Supplied entries Start Marker

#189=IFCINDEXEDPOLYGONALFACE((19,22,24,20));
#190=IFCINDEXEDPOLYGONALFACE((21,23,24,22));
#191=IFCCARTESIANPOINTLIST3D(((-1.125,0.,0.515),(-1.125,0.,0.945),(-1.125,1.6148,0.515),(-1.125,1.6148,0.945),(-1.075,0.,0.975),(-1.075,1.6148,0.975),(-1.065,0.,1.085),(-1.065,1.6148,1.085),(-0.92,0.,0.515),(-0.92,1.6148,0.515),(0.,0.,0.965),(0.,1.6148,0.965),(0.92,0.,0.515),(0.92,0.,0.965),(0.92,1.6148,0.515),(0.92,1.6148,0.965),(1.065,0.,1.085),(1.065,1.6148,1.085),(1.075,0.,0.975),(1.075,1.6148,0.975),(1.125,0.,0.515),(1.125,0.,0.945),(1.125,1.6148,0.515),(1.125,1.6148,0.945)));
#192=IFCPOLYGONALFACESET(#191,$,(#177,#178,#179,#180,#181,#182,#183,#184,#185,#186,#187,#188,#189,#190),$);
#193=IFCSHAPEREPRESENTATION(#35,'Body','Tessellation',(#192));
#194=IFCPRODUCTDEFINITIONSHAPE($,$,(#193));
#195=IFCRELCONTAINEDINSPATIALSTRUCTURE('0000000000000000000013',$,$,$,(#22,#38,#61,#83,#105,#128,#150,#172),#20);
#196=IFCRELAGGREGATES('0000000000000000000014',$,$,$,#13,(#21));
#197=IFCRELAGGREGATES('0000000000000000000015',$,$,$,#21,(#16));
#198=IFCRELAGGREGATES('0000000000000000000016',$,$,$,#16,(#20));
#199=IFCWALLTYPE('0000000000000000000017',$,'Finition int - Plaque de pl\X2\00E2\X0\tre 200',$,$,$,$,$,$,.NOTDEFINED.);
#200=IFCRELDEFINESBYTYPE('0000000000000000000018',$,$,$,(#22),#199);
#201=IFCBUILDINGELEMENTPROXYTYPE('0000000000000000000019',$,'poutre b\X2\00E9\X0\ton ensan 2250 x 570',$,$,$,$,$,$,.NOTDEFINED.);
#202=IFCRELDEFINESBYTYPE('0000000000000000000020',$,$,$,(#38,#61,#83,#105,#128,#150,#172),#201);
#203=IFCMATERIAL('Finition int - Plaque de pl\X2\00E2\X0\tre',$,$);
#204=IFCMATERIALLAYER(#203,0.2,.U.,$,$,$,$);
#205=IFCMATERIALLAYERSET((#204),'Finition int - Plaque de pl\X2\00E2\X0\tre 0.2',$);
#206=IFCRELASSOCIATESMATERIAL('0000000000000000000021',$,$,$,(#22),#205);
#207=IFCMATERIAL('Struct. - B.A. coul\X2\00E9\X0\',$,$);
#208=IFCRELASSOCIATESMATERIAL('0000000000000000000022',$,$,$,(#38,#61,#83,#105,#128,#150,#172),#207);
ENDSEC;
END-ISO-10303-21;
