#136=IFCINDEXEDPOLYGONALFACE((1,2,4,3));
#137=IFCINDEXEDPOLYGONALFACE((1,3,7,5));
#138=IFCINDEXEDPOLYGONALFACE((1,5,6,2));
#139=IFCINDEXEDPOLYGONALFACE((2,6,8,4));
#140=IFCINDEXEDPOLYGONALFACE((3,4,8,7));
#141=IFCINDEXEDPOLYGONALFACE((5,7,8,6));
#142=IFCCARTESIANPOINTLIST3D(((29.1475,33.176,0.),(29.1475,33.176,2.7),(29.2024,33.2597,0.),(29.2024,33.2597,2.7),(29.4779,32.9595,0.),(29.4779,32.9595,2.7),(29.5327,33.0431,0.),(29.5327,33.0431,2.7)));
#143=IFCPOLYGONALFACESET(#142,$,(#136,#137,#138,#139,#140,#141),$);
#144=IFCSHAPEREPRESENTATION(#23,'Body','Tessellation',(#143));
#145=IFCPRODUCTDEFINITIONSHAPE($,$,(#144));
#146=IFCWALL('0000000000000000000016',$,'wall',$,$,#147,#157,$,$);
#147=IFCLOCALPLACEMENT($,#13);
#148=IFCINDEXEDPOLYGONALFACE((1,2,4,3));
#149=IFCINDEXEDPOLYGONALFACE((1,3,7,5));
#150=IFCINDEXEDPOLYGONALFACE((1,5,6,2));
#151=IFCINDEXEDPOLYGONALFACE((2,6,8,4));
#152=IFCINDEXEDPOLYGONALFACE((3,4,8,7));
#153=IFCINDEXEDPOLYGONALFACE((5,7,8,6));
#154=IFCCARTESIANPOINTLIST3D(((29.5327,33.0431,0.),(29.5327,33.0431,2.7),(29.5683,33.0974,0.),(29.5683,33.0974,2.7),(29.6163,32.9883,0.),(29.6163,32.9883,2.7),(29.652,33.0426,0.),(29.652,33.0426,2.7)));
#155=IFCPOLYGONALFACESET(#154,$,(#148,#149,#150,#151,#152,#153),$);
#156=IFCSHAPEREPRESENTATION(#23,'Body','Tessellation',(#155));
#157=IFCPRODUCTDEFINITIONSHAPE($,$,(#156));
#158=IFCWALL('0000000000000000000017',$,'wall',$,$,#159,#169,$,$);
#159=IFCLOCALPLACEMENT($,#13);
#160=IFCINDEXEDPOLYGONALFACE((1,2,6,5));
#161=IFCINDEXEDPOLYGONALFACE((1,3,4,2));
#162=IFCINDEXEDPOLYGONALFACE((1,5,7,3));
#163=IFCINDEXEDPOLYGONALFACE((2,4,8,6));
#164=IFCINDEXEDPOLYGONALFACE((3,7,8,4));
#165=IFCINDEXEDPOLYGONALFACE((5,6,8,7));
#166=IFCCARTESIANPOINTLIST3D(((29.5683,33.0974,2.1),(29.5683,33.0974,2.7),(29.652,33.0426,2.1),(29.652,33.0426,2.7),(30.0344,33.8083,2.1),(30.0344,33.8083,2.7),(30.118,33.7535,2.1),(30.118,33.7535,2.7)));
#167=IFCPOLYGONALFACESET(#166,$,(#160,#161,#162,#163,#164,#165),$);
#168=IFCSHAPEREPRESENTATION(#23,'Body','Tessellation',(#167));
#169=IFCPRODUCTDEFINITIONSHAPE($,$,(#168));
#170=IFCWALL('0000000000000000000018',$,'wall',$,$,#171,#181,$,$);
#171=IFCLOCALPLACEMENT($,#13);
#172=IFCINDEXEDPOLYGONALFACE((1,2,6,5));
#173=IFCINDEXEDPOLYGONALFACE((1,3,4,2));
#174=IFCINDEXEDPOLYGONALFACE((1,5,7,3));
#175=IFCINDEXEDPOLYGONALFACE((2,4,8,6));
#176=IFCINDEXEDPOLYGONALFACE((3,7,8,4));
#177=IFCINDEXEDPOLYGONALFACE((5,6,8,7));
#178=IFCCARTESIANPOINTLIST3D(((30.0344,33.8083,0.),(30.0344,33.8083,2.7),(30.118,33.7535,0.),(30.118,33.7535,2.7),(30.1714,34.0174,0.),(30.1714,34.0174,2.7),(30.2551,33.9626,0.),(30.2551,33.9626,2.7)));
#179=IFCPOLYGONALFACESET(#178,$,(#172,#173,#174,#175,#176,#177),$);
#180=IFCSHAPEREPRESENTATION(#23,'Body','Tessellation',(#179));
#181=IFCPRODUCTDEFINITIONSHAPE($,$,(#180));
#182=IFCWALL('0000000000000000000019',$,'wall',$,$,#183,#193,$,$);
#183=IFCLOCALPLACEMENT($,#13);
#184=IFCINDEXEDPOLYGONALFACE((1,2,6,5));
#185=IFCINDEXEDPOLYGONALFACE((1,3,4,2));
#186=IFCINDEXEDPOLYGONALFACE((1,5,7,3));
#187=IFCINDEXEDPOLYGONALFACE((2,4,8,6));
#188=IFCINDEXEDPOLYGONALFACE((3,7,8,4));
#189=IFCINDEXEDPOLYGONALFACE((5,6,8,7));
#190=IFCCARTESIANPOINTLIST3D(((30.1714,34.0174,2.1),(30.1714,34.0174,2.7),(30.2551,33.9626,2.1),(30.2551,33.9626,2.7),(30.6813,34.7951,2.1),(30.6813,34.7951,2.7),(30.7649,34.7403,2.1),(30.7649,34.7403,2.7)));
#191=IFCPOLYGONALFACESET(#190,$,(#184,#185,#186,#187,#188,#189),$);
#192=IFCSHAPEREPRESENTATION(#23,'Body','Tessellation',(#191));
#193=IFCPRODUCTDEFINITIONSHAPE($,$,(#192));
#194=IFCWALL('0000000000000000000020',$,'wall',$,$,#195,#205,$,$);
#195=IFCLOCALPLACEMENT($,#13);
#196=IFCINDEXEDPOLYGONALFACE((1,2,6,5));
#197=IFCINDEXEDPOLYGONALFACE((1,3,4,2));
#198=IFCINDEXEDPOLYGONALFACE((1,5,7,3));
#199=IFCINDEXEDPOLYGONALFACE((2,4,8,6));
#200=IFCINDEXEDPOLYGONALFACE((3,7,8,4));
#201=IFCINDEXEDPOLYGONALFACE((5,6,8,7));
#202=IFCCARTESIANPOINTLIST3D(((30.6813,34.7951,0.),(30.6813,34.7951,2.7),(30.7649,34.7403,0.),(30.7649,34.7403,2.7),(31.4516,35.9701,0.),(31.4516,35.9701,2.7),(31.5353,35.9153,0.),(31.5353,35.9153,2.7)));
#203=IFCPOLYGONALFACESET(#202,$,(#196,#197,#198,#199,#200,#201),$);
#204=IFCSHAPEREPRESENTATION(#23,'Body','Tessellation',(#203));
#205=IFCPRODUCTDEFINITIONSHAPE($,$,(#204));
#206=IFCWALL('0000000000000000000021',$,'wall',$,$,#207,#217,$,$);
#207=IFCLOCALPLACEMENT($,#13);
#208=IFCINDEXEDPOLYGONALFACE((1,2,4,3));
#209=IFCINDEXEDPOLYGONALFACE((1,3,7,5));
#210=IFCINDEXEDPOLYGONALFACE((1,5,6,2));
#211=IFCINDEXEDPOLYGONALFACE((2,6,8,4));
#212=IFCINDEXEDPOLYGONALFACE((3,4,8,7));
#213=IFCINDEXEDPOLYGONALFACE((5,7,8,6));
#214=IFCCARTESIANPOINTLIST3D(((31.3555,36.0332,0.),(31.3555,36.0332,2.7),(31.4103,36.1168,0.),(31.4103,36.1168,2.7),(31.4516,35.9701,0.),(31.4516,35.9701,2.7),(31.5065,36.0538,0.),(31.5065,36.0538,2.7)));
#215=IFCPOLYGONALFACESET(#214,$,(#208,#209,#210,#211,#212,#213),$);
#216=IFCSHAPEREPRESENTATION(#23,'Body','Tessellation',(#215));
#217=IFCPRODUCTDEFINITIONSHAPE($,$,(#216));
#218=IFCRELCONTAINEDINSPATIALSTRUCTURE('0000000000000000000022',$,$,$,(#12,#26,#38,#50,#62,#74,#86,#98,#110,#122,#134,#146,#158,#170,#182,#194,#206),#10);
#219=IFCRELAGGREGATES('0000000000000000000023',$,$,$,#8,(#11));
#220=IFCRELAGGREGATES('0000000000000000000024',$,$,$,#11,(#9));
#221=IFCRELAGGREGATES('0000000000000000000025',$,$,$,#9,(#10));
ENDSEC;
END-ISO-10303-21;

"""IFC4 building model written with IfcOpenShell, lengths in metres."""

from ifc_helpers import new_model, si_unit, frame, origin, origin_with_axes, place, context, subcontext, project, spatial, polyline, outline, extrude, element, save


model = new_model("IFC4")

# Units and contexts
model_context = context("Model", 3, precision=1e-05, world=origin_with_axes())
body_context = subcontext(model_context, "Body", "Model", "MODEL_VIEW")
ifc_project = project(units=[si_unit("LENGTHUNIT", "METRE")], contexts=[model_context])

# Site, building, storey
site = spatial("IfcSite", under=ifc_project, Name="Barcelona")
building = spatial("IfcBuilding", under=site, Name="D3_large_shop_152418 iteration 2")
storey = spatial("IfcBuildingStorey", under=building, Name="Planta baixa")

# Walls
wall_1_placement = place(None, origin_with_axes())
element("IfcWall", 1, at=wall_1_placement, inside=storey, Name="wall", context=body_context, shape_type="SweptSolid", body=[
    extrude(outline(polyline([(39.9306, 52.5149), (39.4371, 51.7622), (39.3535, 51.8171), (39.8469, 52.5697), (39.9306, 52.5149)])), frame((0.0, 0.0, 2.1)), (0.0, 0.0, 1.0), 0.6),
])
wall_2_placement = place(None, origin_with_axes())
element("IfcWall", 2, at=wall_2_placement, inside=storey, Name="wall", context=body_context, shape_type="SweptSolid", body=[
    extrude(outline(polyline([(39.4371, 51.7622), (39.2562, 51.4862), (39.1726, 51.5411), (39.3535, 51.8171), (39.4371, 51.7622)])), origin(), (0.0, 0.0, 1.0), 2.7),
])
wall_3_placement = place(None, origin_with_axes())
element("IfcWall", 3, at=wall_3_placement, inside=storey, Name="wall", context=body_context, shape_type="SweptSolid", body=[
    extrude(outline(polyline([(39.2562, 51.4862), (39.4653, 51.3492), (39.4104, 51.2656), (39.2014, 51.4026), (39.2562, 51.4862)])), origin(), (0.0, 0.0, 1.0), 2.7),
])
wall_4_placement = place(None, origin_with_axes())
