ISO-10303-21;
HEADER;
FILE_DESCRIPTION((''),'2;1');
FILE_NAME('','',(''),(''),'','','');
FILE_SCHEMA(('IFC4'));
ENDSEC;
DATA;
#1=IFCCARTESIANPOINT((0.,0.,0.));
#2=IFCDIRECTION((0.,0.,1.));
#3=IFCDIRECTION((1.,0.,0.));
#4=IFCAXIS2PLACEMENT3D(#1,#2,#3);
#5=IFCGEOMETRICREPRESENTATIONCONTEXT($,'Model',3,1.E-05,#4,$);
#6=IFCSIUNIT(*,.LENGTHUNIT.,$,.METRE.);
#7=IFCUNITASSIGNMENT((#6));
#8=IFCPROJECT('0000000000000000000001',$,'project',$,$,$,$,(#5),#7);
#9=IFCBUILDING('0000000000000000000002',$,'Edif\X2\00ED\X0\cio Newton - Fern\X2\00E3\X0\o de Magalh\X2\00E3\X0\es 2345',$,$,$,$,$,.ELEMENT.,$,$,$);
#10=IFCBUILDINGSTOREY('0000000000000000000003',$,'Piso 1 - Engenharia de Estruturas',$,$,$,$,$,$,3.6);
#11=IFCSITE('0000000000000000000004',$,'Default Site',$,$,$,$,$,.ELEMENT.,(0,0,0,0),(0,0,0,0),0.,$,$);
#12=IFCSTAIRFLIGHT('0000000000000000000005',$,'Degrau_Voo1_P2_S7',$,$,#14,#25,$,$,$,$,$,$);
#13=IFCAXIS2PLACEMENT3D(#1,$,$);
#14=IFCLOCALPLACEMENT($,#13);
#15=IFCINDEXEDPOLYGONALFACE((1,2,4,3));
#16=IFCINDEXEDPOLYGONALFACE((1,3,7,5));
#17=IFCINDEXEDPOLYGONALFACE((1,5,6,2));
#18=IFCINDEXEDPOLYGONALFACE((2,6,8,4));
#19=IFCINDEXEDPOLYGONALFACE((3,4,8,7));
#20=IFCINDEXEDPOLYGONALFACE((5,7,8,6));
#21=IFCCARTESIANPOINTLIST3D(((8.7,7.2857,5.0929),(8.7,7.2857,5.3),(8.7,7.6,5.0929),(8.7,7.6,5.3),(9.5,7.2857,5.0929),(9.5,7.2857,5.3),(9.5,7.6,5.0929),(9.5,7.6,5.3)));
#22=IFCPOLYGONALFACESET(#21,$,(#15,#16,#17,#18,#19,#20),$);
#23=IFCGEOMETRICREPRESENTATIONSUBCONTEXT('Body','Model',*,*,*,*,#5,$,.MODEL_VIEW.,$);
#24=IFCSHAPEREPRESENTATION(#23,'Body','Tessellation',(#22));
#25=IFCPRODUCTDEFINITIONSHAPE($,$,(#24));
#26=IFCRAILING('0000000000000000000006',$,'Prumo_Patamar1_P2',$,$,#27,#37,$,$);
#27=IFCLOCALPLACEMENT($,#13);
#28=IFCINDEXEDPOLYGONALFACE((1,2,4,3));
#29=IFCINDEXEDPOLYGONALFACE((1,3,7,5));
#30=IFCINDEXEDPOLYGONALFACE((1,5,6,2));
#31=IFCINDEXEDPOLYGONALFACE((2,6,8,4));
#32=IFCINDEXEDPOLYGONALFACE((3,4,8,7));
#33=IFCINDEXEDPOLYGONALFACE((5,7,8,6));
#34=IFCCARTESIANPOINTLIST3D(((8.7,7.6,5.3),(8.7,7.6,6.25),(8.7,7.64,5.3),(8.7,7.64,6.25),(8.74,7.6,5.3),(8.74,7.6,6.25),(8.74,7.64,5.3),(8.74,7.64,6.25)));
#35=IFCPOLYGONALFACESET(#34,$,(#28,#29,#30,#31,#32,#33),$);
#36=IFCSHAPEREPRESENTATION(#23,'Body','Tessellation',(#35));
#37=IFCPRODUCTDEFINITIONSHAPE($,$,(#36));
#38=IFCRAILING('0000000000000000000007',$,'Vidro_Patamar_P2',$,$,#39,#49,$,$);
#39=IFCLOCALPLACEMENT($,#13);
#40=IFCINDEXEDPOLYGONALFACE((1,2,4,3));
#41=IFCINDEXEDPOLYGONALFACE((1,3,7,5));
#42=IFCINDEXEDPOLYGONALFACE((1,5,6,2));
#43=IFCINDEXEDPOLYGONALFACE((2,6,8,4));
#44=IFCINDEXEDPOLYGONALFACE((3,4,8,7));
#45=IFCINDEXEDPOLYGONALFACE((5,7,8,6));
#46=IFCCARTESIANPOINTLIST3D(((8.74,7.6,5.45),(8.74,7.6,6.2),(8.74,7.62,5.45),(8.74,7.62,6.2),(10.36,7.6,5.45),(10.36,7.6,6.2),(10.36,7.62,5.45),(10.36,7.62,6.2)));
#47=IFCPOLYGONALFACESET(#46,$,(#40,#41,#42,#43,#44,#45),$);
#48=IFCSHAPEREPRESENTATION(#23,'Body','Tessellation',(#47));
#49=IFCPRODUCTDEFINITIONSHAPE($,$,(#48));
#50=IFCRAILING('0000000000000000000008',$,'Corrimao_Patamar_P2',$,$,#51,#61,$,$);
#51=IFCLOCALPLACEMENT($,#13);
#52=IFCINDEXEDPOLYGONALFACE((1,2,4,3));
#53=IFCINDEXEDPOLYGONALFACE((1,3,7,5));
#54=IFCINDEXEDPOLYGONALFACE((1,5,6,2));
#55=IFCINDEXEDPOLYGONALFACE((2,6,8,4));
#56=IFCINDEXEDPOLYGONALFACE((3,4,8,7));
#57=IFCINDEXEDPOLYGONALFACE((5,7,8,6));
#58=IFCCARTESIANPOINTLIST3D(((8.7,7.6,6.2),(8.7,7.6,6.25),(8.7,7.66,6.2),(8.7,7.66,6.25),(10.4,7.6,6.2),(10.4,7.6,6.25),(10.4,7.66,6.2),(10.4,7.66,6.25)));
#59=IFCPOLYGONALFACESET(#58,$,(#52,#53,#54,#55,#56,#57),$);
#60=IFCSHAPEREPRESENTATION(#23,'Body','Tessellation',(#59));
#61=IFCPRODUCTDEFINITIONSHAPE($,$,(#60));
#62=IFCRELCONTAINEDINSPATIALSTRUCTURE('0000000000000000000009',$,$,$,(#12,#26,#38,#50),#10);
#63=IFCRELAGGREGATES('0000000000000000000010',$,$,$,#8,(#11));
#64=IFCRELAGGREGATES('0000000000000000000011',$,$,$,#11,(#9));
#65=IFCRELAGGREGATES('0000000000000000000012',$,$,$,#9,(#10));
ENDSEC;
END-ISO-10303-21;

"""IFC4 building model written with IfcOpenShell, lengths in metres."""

from ifc_helpers import new_model, si_unit, frame, frame_2d, origin_with_axes, place, context, subcontext, project, spatial, rectangle, extrude, element, save


model = new_model("IFC4")

# Units and contexts
model_context = context("Model", 3, precision=1e-05, world=origin_with_axes())
body_context = subcontext(model_context, "Body", "Model", "MODEL_VIEW")
ifc_project = project(units=[si_unit("LENGTHUNIT", "METRE")], contexts=[model_context])

# Site, building, storey
site = spatial("IfcSite", under=ifc_project, Name="Default Site", CompositionType="ELEMENT", RefLatitude=(0, 0, 0, 0), RefLongitude=(0, 0, 0, 0), RefElevation=0.0)
building = spatial("IfcBuilding", under=site, Name="Edifício Newton - Fernão de Magalhães 2345", CompositionType="ELEMENT")
storey = spatial("IfcBuildingStorey", under=building, Name="Piso 1 - Engenharia de Estruturas", Elevation=3.6)

# Stair flight
for number, where, z_axis, x_axis, name in (
    (1, (8.7, 7.2857, 5.0929), (0.0, 0.0, 1.0), (1.0, 0.0, 0.0), "Degrau_Voo1_P2_S7"),
):
    element("IfcStairFlight", number, at=place(None, frame(where, z_axis=z_axis, x_axis=x_axis)), inside=storey, Name=name, context=body_context, shape_type="SweptSolid", body=[
        extrude(rectangle(XDim=0.8, YDim=0.3143, at=frame_2d((0.4, 0.1571))), origin_with_axes(), (0.0, 0.0, 1.0), 0.2071),
    ])

# Railings
railing_1_placement = place(None, frame((8.7, 7.6, 5.3), z_axis=(0.0, 0.0, 1.0), x_axis=(1.0, 0.0, 0.0)))
element("IfcRailing", 2, at=railing_1_placement, inside=storey, Name="Prumo_Patamar1_P2", context=body_context, shape_type="SweptSolid", body=[
    extrude(rectangle(XDim=0.04, YDim=0.04, at=frame_2d((0.02, 0.02))), origin_with_axes(), (0.0, 0.0, 1.0), 0.95),
])
railing_2_placement = place(None, frame((8.74, 7.6, 5.45), z_axis=(0.0, 0.0, 1.0), x_axis=(1.0, 0.0, 0.0)))
element("IfcRailing", 3, at=railing_2_placement, inside=storey, Name="Vidro_Patamar_P2", context=body_context, shape_type="SweptSolid", body=[
    extrude(rectangle(XDim=1.62, YDim=0.02, at=frame_2d((0.81, 0.01))), origin_with_axes(), (0.0, 0.0, 1.0), 0.75),
])
railing_3_placement = place(None, frame((8.7, 7.6, 6.2), z_axis=(0.0, 0.0, 1.0), x_axis=(1.0, 0.0, 0.0)))
element("IfcRailing", 4, at=railing_3_placement, inside=storey, Name="Corrimao_Patamar_P2", context=body_context, shape_type="SweptSolid", body=[
    extrude(rectangle(XDim=1.7, YDim=0.06, at=frame_2d((0.85, 0.03))), origin_with_axes(), (0.0, 0.0, 1.0), 0.05),
])

save(model, "model.ifc")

Supplied entries End Marker

**Your instructions:** Write down again, exactly as given, only the lines above that fall from the line with "#162=IFCINDEXEDPOLYGONALFACE((1,5,7,3));" to the line with "#200=IFCINDEXEDPOLYGONALFACE((3,7,8,4));", inclusive.

**Solved exercise:**
#162=IFCINDEXEDPOLYGONALFACE((1,5,7,3));
#163=IFCINDEXEDPOLYGONALFACE((2,4,8,6));
#164=IFCINDEXEDPOLYGONALFACE((3,7,8,4));
#165=IFCINDEXEDPOLYGONALFACE((5,6,8,7));
#166=IFCCARTESIANPOINTLIST3D(((29.5683,33.0974,2.1),(29.5683,33.0974,2.7),(29.652,33.0426,2.1),(29.652,33.0426,2.7),(30.0344,33.8083,2.1),(30.0344,33.8083,2.7),(30.118,33.7535,2.1),(30.118,33.7535,2.7)));
#167=IFCPOLYGONALFACESET(#166,$,(#160,#161,#162,#163,#164,#165),$);
#168=IFCSHAPEREPRESENTATION(#23,'Body','Tessellation',(#167));
#169=IFCPRODUCTDEFINITIONSHAPE($,$,(#168));
#170=IFCWALL('0000000000000000000018',$,'wall',$,$,#171,#181,$,$);
#171=IFCLOCALPLACEMENT($,#13);
#172=IFCINDEXEDPOLYGONALFACE((1,2,6,5));
#173=IFCINDEXEDPOLYGONALFACE((1,3,4,2));
#174=IFCINDEXEDPOLYGONALFACE((1,5,7,3));
#175=IFCINDEXEDPOLYGONALFACE((2,4,8,6));
#176=IFCINDEXEDPOLYGONALFACE((3,7,8,4));
#177=IFCINDEXEDPOLYGONALFACE((5,6,8,7));
#178=IFCCARTESIANPOINTLIST3D(((30.0344,33.8083,0.),(30.0344,33.8083,2.7),(30.118,33.7535,0.),(30.118,33.7535,2.7),(30.1714,34.0174,0.),(30.1714,34.0174,2.7),(30.2551,33.9626,0.),(30.2551,33.9626,2.7)));
#179=IFCPOLYGONALFACESET(#178,$,(#172,#173,#174,#175,#176,#177),$);
#180=IFCSHAPEREPRESENTATION(#23,'Body','Tessellation',(#179));
#181=IFCPRODUCTDEFINITIONSHAPE($,$,(#180));
#182=IFCWALL('0000000000000000000019',$,'wall',$,$,#183,#193,$,$);
#183=IFCLOCALPLACEMENT($,#13);
#184=IFCINDEXEDPOLYGONALFACE((1,2,6,5));
#185=IFCINDEXEDPOLYGONALFACE((1,3,4,2));
#186=IFCINDEXEDPOLYGONALFACE((1,5,7,3));
#187=IFCINDEXEDPOLYGONALFACE((2,4,8,6));
#188=IFCINDEXEDPOLYGONALFACE((3,7,8,4));
#189=IFCINDEXEDPOLYGONALFACE((5,6,8,7));
#190=IFCCARTESIANPOINTLIST3D(((30.1714,34.0174,2.1),(30.1714,34.0174,2.7),(30.2551,33.9626,2.1),(30.2551,33.9626,2.7),(30.6813,34.7951,2.1),(30.6813,34.7951,2.7),(30.7649,34.7403,2.1),(30.7649,34.7403,2.7)));
#191=IFCPOLYGONALFACESET(#190,$,(#184,#185,#186,#187,#188,#189),$);
#192=IFCSHAPEREPRESENTATION(#23,'Body','Tessellation',(#191));
#193=IFCPRODUCTDEFINITIONSHAPE($,$,(#192));
#194=IFCWALL('0000000000000000000020',$,'wall',$,$,#195,#205,$,$);
#195=IFCLOCALPLACEMENT($,#13);
#196=IFCINDEXEDPOLYGONALFACE((1,2,6,5));
#197=IFCINDEXEDPOLYGONALFACE((1,3,4,2));
#198=IFCINDEXEDPOLYGONALFACE((1,5,7,3));
#199=IFCINDEXEDPOLYGONALFACE((2,4,8,6));
#200=IFCINDEXEDPOLYGONALFACE((3,7,8,4));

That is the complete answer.